The clarity of the Common Lisp version of the program suffers because Common Lisp differentiates between a functional and a non-functional value for its variables (that's why function and funcall are needed). On the other hand, in Scheme, it being simpler and its invention more strongly influenced by Algol60, the solution is straight-forward.

[edit] Common Lisp

(defun a (k x1 x2 x3 x4 x5)
  (labels ((b ()
              (setq k (- k 1))
              (a k (function b) x1 x2 x3 x4)))
          (if (<= k 0)
              (+ (funcall x4) (funcall x5))
              (b))))
 
(a 10 (lambda () 1) (lambda () -1) (lambda () -1) (lambda () 1) (lambda () 0))

[edit] Scheme

(define (A k x1 x2 x3 x4 x5)
  (define (B)
    (set! k (- k 1))
    (A k B x1 x2 x3 x4))
  (if (<= k 0)
      (+ (x4) (x5))
      (B)))
 
(A 10 (lambda () 1) (lambda () -1) (lambda () -1) (lambda () 1) (lambda () 0))

[edit] Mathematica

This Mathematica code was derived from the Ruby example appearing below.
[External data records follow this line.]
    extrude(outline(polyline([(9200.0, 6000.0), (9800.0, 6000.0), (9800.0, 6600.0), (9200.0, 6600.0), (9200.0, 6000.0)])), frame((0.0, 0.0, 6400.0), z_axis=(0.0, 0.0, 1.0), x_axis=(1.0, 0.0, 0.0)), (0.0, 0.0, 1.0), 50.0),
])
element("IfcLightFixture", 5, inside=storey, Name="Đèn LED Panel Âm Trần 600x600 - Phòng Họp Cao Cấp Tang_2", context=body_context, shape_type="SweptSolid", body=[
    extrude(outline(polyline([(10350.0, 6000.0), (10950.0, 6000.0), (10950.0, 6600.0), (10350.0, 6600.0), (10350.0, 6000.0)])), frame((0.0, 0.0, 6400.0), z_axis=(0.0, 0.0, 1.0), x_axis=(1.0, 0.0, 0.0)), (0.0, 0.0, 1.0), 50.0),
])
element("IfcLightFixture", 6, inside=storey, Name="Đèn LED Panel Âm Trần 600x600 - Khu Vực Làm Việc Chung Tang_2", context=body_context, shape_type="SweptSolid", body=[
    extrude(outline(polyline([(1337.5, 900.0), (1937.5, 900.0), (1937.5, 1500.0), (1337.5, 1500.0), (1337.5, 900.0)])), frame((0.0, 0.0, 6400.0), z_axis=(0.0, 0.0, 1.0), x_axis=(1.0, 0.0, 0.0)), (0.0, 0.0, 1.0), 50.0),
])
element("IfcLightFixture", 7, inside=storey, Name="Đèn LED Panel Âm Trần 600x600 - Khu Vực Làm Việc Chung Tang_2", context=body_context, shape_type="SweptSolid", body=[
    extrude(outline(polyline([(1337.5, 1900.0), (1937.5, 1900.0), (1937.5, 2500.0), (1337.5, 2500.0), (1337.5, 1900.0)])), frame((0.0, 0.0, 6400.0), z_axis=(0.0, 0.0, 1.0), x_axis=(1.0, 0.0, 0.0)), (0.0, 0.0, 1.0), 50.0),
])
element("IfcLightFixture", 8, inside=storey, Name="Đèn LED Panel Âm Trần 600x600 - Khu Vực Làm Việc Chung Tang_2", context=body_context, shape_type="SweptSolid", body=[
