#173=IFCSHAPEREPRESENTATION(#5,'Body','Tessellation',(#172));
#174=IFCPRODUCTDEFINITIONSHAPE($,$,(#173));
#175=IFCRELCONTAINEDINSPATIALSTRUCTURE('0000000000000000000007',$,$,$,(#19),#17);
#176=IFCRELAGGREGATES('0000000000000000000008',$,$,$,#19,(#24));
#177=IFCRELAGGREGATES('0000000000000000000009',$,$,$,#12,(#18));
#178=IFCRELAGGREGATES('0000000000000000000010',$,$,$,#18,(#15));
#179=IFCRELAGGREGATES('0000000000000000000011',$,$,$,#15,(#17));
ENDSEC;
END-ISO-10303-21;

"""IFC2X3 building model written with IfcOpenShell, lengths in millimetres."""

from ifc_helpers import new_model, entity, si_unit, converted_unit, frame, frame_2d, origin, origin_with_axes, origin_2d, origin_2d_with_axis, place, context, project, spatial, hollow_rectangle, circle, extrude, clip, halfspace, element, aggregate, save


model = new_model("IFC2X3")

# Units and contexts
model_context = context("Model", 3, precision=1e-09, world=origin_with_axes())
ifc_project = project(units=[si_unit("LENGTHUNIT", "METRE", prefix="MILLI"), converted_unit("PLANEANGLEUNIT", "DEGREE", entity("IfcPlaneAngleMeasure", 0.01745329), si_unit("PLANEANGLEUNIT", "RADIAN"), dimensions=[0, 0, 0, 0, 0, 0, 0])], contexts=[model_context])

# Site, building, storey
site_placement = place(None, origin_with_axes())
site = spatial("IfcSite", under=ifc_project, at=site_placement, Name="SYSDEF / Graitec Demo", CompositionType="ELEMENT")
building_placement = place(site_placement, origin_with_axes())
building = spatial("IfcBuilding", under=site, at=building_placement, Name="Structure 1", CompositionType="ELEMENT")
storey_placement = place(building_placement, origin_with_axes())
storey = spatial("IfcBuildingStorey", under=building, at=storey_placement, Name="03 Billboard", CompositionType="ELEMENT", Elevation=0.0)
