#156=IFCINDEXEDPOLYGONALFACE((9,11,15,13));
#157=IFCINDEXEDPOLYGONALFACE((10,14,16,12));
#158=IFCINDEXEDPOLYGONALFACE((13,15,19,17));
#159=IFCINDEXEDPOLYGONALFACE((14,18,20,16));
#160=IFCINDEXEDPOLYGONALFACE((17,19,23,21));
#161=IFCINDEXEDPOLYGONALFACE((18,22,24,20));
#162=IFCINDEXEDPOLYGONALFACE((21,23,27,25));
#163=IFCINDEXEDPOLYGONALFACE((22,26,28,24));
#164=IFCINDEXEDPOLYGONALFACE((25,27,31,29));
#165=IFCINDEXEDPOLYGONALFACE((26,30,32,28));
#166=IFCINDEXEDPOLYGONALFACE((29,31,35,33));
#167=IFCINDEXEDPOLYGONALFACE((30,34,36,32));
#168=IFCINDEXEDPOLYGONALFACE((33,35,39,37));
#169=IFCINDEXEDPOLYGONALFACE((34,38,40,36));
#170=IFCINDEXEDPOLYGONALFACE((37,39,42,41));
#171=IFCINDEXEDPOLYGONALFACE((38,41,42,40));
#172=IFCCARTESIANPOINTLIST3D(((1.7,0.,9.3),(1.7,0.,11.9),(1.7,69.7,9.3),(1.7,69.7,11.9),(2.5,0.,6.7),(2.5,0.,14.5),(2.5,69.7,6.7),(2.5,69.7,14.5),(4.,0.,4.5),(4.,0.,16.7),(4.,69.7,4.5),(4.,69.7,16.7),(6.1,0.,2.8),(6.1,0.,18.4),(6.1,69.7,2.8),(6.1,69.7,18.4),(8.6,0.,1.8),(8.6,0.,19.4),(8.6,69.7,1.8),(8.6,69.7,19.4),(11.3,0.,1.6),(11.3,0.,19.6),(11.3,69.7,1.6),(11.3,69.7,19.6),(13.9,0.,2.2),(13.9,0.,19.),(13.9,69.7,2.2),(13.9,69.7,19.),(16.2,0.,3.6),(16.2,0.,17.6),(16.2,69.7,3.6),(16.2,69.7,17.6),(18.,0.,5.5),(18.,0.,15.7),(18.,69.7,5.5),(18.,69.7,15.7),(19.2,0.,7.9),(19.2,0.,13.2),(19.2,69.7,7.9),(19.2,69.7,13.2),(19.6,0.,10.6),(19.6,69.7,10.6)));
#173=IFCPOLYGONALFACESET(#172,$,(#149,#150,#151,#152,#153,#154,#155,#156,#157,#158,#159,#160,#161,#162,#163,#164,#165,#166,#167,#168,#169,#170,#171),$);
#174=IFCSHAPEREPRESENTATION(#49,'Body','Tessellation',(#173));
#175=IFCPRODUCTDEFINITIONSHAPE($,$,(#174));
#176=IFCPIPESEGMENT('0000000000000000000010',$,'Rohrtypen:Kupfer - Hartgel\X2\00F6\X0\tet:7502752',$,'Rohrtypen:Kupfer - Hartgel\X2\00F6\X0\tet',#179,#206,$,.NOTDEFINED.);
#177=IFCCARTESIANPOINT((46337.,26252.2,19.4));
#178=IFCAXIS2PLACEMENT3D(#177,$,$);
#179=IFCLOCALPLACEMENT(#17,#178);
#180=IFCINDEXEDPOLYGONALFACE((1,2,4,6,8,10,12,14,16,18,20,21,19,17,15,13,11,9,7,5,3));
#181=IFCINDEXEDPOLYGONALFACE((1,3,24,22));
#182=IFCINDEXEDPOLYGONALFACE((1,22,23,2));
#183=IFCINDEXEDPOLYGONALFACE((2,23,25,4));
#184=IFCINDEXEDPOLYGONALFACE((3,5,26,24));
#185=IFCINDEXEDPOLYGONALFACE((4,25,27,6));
$RecursionLimit = 1665; (* anything less fails for k0 = 10 *)
 
a[k0_, x1_, x2_, x3_, x4_, x5_] :=
  Module[{k, b},
    k = k0;
    b = (k--; a[k, b, x1, x2, x3, x4]) &;
    If[k <= 0, x4[] + x5[], b[]]]
 
a[10, 1 &, -1 &, -1 &, 1 &, 0 &] (* => -67 *)

[edit] OCaml

OCaml variables are not mutable, so "k" is wrapped in a mutable object, which we access through a reference type called "ref".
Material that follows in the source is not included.